Before First Light – Lessons from a Father
- larrywpittman
- Jun 11
- 3 min read

I was six the first time my father handed me a .22 rifle.
It wasn’t some grand rite of passage. No ceremony. Just a foggy December morning, the two of us standing in the dark edge of the woods behind our house. He knelt beside me, cradled the rifle in his calloused hands, and said, “This isn’t a toy. If you’re gonna carry it, you’re gonna respect it.”
That was it. My training began not in words but in presence—in watching how he walked, how he listened, how he became part of the woods rather than a disturbance in it.

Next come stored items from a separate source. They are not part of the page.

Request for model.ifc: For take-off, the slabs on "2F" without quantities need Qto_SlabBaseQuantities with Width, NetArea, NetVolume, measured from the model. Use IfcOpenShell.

First a look at what the model holds.

```python
import ifcopenshell
import ifcopenshell.util.element
import ifcopenshell.util.unit

model = ifcopenshell.open("model.ifc")
print(model.schema)
for unit_type in ("LENGTHUNIT", "AREAUNIT", "VOLUMEUNIT"):
    print(unit_type, ifcopenshell.util.unit.calculate_unit_scale(model, unit_type))
storey = next(s for s in model.by_type("IfcBuildingStorey") if s.Name == "2F")
slabs = [e for e in ifcopenshell.util.element.get_decomposition(storey) if e.is_a("IfcSlab")]
for e in sorted(slabs, key=lambda e: e.id()):
    print(e.id(), e.is_a(), e.Name, list(ifcopenshell.util.element.get_psets(e, qtos_only=True)), sep=" | ")
```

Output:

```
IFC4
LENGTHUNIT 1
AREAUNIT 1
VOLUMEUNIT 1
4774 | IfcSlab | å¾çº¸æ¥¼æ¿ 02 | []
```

```python
import ifcopenshell
import ifcopenshell.api.pset
import ifcopenshell.geom
import ifcopenshell.util.element
import ifcopenshell.util.shape
import ifcopenshell.util.unit

model = ifcopenshell.open("model.ifc")
unit_scale = ifcopenshell.util.unit.calculate_unit_scale(model)
area_scale = ifcopenshell.util.unit.calculate_unit_scale(model, "AREAUNIT")
volume_scale = ifcopenshell.util.unit.calculate_unit_scale(model, "VOLUMEUNIT")
settings = ifcopenshell.geom.settings()

storey = next(s for s in model.by_type("IfcBuildingStorey") if s.Name == "2F")
slabs = [e for e in ifcopenshell.util.element.get_decomposition(storey) if e.is_a("IfcSlab")]

for e in sorted(slabs, key=lambda e: e.id()):
    if ifcopenshell.util.element.get_psets(e, qtos_only=True, should_inherit=False):
        continue
    # Geometry comes back in metres, in the element's own axes.
    shape = ifcopenshell.geom.create_shape(settings, e)
    values = {
        "Width": ifcopenshell.util.shape.get_z(shape.geometry) / unit_scale,
        "NetArea": ifcopenshell.util.shape.get_footprint_area(shape.geometry) / area_scale,
        "NetVolume": ifcopenshell.util.shape.get_volume(shape.geometry) / volume_scale,
    }
    qto = ifcopenshell.api.pset.add_qto(model, product=e, name="Qto_SlabBaseQuantities")
    ifcopenshell.api.pset.edit_qto(model, qto=qto, properties=values)
    print(e.id(), {k: round(v, 3) for k, v in values.items()})

model.write("model_rev.ifc")
```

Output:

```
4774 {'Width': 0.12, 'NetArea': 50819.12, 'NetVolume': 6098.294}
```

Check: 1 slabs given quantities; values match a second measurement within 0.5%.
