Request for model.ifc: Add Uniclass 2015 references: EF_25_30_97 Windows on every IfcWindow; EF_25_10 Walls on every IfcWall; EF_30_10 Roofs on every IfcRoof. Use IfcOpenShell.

First a look at what the model holds.

```python
import ifcopenshell

model = ifcopenshell.open("model.ifc")
print(model.schema)
print("classifications:", [c.Name for c in model.by_type("IfcClassification")])
for ifc_class in ("IfcDoor", "IfcRoof", "IfcStair", "IfcWall", "IfcWindow"):
    print(ifc_class, len(model.by_type(ifc_class)))
```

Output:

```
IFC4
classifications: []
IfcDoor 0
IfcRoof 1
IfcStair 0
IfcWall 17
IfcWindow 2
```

```python
import ifcopenshell
import ifcopenshell.api.classification

model = ifcopenshell.open("model.ifc")

system = ifcopenshell.api.classification.add_classification(model, classification="Uniclass 2015")

codes = {
    "IfcWindow": ("EF_25_30_97", "Windows"),
    "IfcWall": ("EF_25_10", "Walls"),
    "IfcRoof": ("EF_30_10", "Roofs"),
}
for ifc_class, (code, name) in codes.items():
    products = model.by_type(ifc_class)
    ifcopenshell.api.classification.add_reference(
        model, products=products, classification=system, identification=code, name=name
    )
    print(code, len(products))

model.write("model_v2.ifc")
```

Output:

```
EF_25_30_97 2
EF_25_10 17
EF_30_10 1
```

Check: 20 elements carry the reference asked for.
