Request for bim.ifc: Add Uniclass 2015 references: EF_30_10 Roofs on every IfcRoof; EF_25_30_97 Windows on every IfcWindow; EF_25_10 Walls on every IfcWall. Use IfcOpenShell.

First a look at what the model holds.

```python
import ifcopenshell

model = ifcopenshell.open("bim.ifc")
print(model.schema)
print("classifications:", [c.Name for c in model.by_type("IfcClassification")])
for ifc_class in ("IfcDoor", "IfcRoof", "IfcStair", "IfcWall", "IfcWindow"):
    print(ifc_class, len(model.by_type(ifc_class)))
```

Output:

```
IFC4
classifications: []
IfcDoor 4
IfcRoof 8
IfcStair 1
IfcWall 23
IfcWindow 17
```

```python
import ifcopenshell
import ifcopenshell.api.classification

model = ifcopenshell.open("bim.ifc")

system = ifcopenshell.api.classification.add_classification(model, classification="Uniclass 2015")

codes = {
    "IfcRoof": ("EF_30_10", "Roofs"),
    "IfcWindow": ("EF_25_30_97", "Windows"),
    "IfcWall": ("EF_25_10", "Walls"),
}
for ifc_class, (code, name) in codes.items():
    products = model.by_type(ifc_class)
    ifcopenshell.api.classification.add_reference(
        model, products=products, classification=system, identification=code, name=name
    )
    print(code, len(products))

model.write("bim_updated.ifc")
```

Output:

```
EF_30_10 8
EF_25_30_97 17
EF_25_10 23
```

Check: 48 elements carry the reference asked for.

We hunted squirrels and rabbits mostly, creeping through palmetto thickets and under the dripping moss of live oaks, the ground still cold and damp from the night before. He never explained what to look for. He just expected me to observe. To learn. I didn’t realize it then, but he was teaching me far more than how to spot movement in the branches or aim down a barrel.
He was teaching me how to live.
Those early mornings started long before the sun even considered rising. I’d hear the footsteps outside my room, the back door open, and the scent of black coffee drift in like a wake-up call older than time. No alarm clocks. Just instinct and the rustle of wind through the woods. I’d slip on my jeans from the night before, still caked with dried mud, pull on my boots, and meet him out by the truck.
He wouldn’t say much. Maybe a nod. Maybe nothing at all. But we didn’t need words. The quiet of the pre-dawn world said everything.
There’s something about moving through the woods before first light that makes you feel both small and connected. You hear everything—the crunch of your boot on brittle leaves, the low hoot of an owl, the whisper of breath on cold air. And you learn quickly that noise costs you. The louder you are, the fewer chances you get.
Patience was our currency. And I had to earn it.
The first time I raised the rifle to shoot, I was too slow. The squirrel darted behind a limb and vanished. I sighed in frustration, but my father never scolded me. He simply crouched beside me and whispered, “Sometimes the shot you don’t take is the one that teaches you the most.”
That line stuck with me—through high school football, when I’d want to lash out after a cheap hit. Through Special Operations missions, when waiting five more seconds meant the difference between success and disaster. Through life, when saying nothing said everything.
Looking back now, I realize my father wasn’t just teaching me to hunt. He was shaping how I carried myself in the world. How to move deliberately. How to stay still in chaos. How to understand that the land didn’t owe me anything—I had to earn every rabbit, every fish, every moment.
He never preached about integrity or discipline. He just showed it—every single morning, in every quiet action. He worked hard during the week and then worked just as hard to carve out time for me and the family on the weekend. He didn’t just talk about responsibility. He lived it. And that’s how I learned it.
I still wake up before dawn, even now. Something in me still listens for that sound of the forest coming to life. And sometimes, when the morning is just right—cold, still, hushed—I’ll grab a cup of coffee and sit outside, remembering those walks with my father. The rifle from that first hunt is in my gun safe, worn smooth where my small hands once gripped it. It hasn’t fired a round in years. But it doesn’t have to. The lessons it taught me still echo every day.